## Assignment:
The answer must be the full listing, reproduced word for word.
::::::::::
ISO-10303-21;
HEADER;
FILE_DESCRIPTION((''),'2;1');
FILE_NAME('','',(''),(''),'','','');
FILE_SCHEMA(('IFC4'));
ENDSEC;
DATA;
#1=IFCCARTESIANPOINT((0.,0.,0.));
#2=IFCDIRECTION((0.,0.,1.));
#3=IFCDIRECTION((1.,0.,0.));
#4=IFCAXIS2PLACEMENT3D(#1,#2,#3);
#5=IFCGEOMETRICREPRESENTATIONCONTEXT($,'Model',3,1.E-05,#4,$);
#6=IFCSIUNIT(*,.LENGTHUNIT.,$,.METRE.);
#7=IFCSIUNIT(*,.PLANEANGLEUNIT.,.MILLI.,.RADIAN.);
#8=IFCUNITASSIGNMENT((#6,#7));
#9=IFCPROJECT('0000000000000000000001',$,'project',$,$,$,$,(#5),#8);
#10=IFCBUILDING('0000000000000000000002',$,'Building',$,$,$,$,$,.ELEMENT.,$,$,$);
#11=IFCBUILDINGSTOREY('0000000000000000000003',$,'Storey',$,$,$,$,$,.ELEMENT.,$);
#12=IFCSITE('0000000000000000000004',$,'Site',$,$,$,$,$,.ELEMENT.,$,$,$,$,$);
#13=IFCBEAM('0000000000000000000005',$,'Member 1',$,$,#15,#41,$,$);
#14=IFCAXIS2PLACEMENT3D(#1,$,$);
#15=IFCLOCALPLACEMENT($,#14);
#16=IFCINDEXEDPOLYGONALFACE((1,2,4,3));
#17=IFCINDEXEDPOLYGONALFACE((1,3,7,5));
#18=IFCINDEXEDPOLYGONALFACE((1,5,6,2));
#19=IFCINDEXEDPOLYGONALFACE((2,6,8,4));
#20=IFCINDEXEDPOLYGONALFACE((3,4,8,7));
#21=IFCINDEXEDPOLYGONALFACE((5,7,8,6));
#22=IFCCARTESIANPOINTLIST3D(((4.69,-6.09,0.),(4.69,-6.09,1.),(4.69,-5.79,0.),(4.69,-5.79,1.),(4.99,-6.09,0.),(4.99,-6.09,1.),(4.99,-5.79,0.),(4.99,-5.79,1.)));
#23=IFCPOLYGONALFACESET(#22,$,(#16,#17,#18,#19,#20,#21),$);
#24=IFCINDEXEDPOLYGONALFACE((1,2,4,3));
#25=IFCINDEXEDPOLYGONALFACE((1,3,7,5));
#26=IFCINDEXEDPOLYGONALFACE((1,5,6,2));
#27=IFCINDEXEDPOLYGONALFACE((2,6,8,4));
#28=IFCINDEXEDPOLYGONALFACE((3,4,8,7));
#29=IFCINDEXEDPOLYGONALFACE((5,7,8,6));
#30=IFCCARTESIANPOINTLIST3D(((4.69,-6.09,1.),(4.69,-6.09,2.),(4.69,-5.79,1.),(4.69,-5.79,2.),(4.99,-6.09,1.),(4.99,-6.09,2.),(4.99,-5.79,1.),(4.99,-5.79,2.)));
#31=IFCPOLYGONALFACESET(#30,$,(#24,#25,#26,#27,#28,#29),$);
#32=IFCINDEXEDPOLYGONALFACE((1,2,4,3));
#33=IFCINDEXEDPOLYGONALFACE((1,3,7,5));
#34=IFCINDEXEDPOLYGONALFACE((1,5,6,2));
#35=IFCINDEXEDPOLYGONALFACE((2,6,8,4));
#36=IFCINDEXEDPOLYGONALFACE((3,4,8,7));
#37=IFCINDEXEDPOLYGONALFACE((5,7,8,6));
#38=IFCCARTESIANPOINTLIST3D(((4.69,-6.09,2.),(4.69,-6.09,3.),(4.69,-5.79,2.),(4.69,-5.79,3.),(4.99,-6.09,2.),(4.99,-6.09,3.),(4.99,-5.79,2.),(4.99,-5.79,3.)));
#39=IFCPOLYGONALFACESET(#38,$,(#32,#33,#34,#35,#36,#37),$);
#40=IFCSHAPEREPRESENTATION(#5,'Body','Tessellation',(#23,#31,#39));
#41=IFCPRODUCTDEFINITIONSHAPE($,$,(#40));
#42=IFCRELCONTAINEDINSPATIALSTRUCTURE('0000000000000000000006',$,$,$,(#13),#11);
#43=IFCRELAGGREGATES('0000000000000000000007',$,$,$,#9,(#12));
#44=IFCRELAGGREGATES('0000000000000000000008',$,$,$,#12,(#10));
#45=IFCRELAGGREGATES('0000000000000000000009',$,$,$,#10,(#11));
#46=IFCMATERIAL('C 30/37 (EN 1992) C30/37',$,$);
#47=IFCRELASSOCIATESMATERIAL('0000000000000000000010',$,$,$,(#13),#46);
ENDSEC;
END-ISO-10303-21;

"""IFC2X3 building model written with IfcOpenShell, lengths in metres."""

from ifc_helpers import new_model, si_unit, frame, frame_2d, origin_with_axes, place, context, project, spatial, rectangle, extrude, material, element, save


model = new_model("IFC2X3")

# Units and contexts
model_context = context("Model", 3, precision=1e-05, world=origin_with_axes())
ifc_project = project(units=[si_unit("LENGTHUNIT", "METRE"), si_unit("PLANEANGLEUNIT", "RADIAN", prefix="MILLI")], contexts=[model_context])

# Site, building, storey
site = spatial("IfcSite", under=ifc_project, Name="Site", CompositionType="ELEMENT")
building = spatial("IfcBuilding", under=site, Name="Building", CompositionType="ELEMENT")
storey = spatial("IfcBuildingStorey", under=building, Name="Storey", CompositionType="ELEMENT")

# Beam
ifc_material = material(Name="C 30/37 (EN 1992) C30/37")
placement = place(None, frame((0.0, 0.0, 0.0), z_axis=(0.0, 0.0, -1.0), x_axis=(1.0, 0.0, 0.0)))
beam_placement = place(placement, frame((4.84, 5.94, 0.0), z_axis=(1.0, 0.0, 0.0), x_axis=(0.0, -1.0, 0.0)))
element("IfcBeam", 1, at=beam_placement, inside=storey, material=ifc_material, Name="Member 1", context=model_context, shape_type="SweptSolid", body=[
    extrude(rectangle(XDim=0.3, YDim=0.3, at=frame_2d((0.0, 0.0), x_axis=(-1.0, 0.0))), frame((0.0, 0.0, 0.0), z_axis=(0.0, 1.0, 0.0), x_axis=(1.0, 0.0, 0.0)), (0.0, 0.0, 1.0), 1.0),
    extrude(rectangle(XDim=0.3, YDim=0.3, at=frame_2d((0.0, 0.0), x_axis=(-1.0, 0.0))), frame((0.0, 1.0, 0.0), z_axis=(0.0, 1.0, 0.0), x_axis=(1.0, 0.0, 0.0)), (0.0, 0.0, 1.0), 1.0),
    extrude(rectangle(XDim=0.3, YDim=0.3, at=frame_2d((0.0, 0.0), x_axis=(-1.0, 0.0))), frame((0.0, 2.0, 0.0), z_axis=(0.0, 1.0, 0.0), x_axis=(1.0, 0.0, 0.0)), (0.0, 0.0, 1.0), 1.0),
])

save(model, "model.ifc")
::::::::::
## Answer section:
ISO-10303-21;
HEADER;
FILE_DESCRIPTION((''),'2;1');
FILE_NAME('','',(''),(''),'','','');
FILE_SCHEMA(('IFC4'));
ENDSEC;
DATA;
#1=IFCCARTESIANPOINT((0.,0.,0.));
#2=IFCDIRECTION((0.,0.,1.));
#3=IFCDIRECTION((1.,0.,0.));
#4=IFCAXIS2PLACEMENT3D(#1,#2,#3);
#5=IFCGEOMETRICREPRESENTATIONCONTEXT($,'Model',3,1.E-05,#4,$);
#6=IFCSIUNIT(*,.LENGTHUNIT.,$,.METRE.);
#7=IFCSIUNIT(*,.PLANEANGLEUNIT.,.MILLI.,.RADIAN.);
#8=IFCUNITASSIGNMENT((#6,#7));
#9=IFCPROJECT('0000000000000000000001',$,'project',$,$,$,$,(#5),#8);
#10=IFCBUILDING('0000000000000000000002',$,'Building',$,$,$,$,$,.ELEMENT.,$,$,$);
#11=IFCBUILDINGSTOREY('0000000000000000000003',$,'Storey',$,$,$,$,$,.ELEMENT.,$);
#12=IFCSITE('0000000000000000000004',$,'Site',$,$,$,$,$,.ELEMENT.,$,$,$,$,$);
#13=IFCBEAM('0000000000000000000005',$,'Member 1',$,$,#15,#41,$,$);
#14=IFCAXIS2PLACEMENT3D(#1,$,$);
#15=IFCLOCALPLACEMENT($,#14);
#16=IFCINDEXEDPOLYGONALFACE((1,2,4,3));
#17=IFCINDEXEDPOLYGONALFACE((1,3,7,5));
#18=IFCINDEXEDPOLYGONALFACE((1,5,6,2));
#19=IFCINDEXEDPOLYGONALFACE((2,6,8,4));
#20=IFCINDEXEDPOLYGONALFACE((3,4,8,7));
#21=IFCINDEXEDPOLYGONALFACE((5,7,8,6));
#22=IFCCARTESIANPOINTLIST3D(((4.69,-6.09,0.),(4.69,-6.09,1.),(4.69,-5.79,0.),(4.69,-5.79,1.),(4.99,-6.09,0.),(4.99,-6.09,1.),(4.99,-5.79,0.),(4.99,-5.79,1.)));
#23=IFCPOLYGONALFACESET(#22,$,(#16,#17,#18,#19,#20,#21),$);
#24=IFCINDEXEDPOLYGONALFACE((1,2,4,3));
#25=IFCINDEXEDPOLYGONALFACE((1,3,7,5));
#26=IFCINDEXEDPOLYGONALFACE((1,5,6,2));
#27=IFCINDEXEDPOLYGONALFACE((2,6,8,4));
#28=IFCINDEXEDPOLYGONALFACE((3,4,8,7));
#29=IFCINDEXEDPOLYGONALFACE((5,7,8,6));
#30=IFCCARTESIANPOINTLIST3D(((4.69,-6.09,1.),(4.69,-6.09,2.),(4.69,-5.79,1.),(4.69,-5.79,2.),(4.99,-6.09,1.),(4.99,-6.09,2.),(4.99,-5.79,1.),(4.99,-5.79,2.)));
#31=IFCPOLYGONALFACESET(#30,$,(#24,#25,#26,#27,#28,#29),$);
#32=IFCINDEXEDPOLYGONALFACE((1,2,4,3));
#33=IFCINDEXEDPOLYGONALFACE((1,3,7,5));
#34=IFCINDEXEDPOLYGONALFACE((1,5,6,2));
#35=IFCINDEXEDPOLYGONALFACE((2,6,8,4));
#36=IFCINDEXEDPOLYGONALFACE((3,4,8,7));
#37=IFCINDEXEDPOLYGONALFACE((5,7,8,6));
#38=IFCCARTESIANPOINTLIST3D(((4.69,-6.09,2.),(4.69,-6.09,3.),(4.69,-5.79,2.),(4.69,-5.79,3.),(4.99,-6.09,2.),(4.99,-6.09,3.),(4.99,-5.79,2.),(4.99,-5.79,3.)));
#39=IFCPOLYGONALFACESET(#38,$,(#32,#33,#34,#35,#36,#37),$);
#40=IFCSHAPEREPRESENTATION(#5,'Body','Tessellation',(#23,#31,#39));
#41=IFCPRODUCTDEFINITIONSHAPE($,$,(#40));
#42=IFCRELCONTAINEDINSPATIALSTRUCTURE('0000000000000000000006',$,$,$,(#13),#11);
#43=IFCRELAGGREGATES('0000000000000000000007',$,$,$,#9,(#12));
#44=IFCRELAGGREGATES('0000000000000000000008',$,$,$,#12,(#10));
#45=IFCRELAGGREGATES('0000000000000000000009',$,$,$,#10,(#11));
#46=IFCMATERIAL('C 30/37 (EN 1992) C30/37',$,$);
#47=IFCRELASSOCIATESMATERIAL('0000000000000000000010',$,$,$,(#13),#46);
ENDSEC;
END-ISO-10303-21;

"""IFC2X3 building model written with IfcOpenShell, lengths in metres."""

from ifc_helpers import new_model, si_unit, frame, frame_2d, origin_with_axes, place, context, project, spatial, rectangle, extrude, material, element, save


model = new_model("IFC2X3")

# Units and contexts
model_context = context("Model", 3, precision=1e-05, world=origin_with_axes())
ifc_project = project(units=[si_unit("LENGTHUNIT", "METRE"), si_unit("PLANEANGLEUNIT", "RADIAN", prefix="MILLI")], contexts=[model_context])

# Site, building, storey
site = spatial("IfcSite", under=ifc_project, Name="Site", CompositionType="ELEMENT")
building = spatial("IfcBuilding", under=site, Name="Building", CompositionType="ELEMENT")
storey = spatial("IfcBuildingStorey", under=building, Name="Storey", CompositionType="ELEMENT")

# Beam
ifc_material = material(Name="C 30/37 (EN 1992) C30/37")
placement = place(None, frame((0.0, 0.0, 0.0), z_axis=(0.0, 0.0, -1.0), x_axis=(1.0, 0.0, 0.0)))
beam_placement = place(placement, frame((4.84, 5.94, 0.0), z_axis=(1.0, 0.0, 0.0), x_axis=(0.0, -1.0, 0.0)))
element("IfcBeam", 1, at=beam_placement, inside=storey, material=ifc_material, Name="Member 1", context=model_context, shape_type="SweptSolid", body=[
    extrude(rectangle(XDim=0.3, YDim=0.3, at=frame_2d((0.0, 0.0), x_axis=(-1.0, 0.0))), frame((0.0, 0.0, 0.0), z_axis=(0.0, 1.0, 0.0), x_axis=(1.0, 0.0, 0.0)), (0.0, 0.0, 1.0), 1.0),
    extrude(rectangle(XDim=0.3, YDim=0.3, at=frame_2d((0.0, 0.0), x_axis=(-1.0, 0.0))), frame((0.0, 1.0, 0.0), z_axis=(0.0, 1.0, 0.0), x_axis=(1.0, 0.0, 0.0)), (0.0, 0.0, 1.0), 1.0),
    extrude(rectangle(XDim=0.3, YDim=0.3, at=frame_2d((0.0, 0.0), x_axis=(-1.0, 0.0))), frame((0.0, 2.0, 0.0), z_axis=(0.0, 1.0, 0.0), x_axis=(1.0, 0.0, 0.0)), (0.0, 0.0, 1.0), 1.0),
])

save(model, "model.ifc")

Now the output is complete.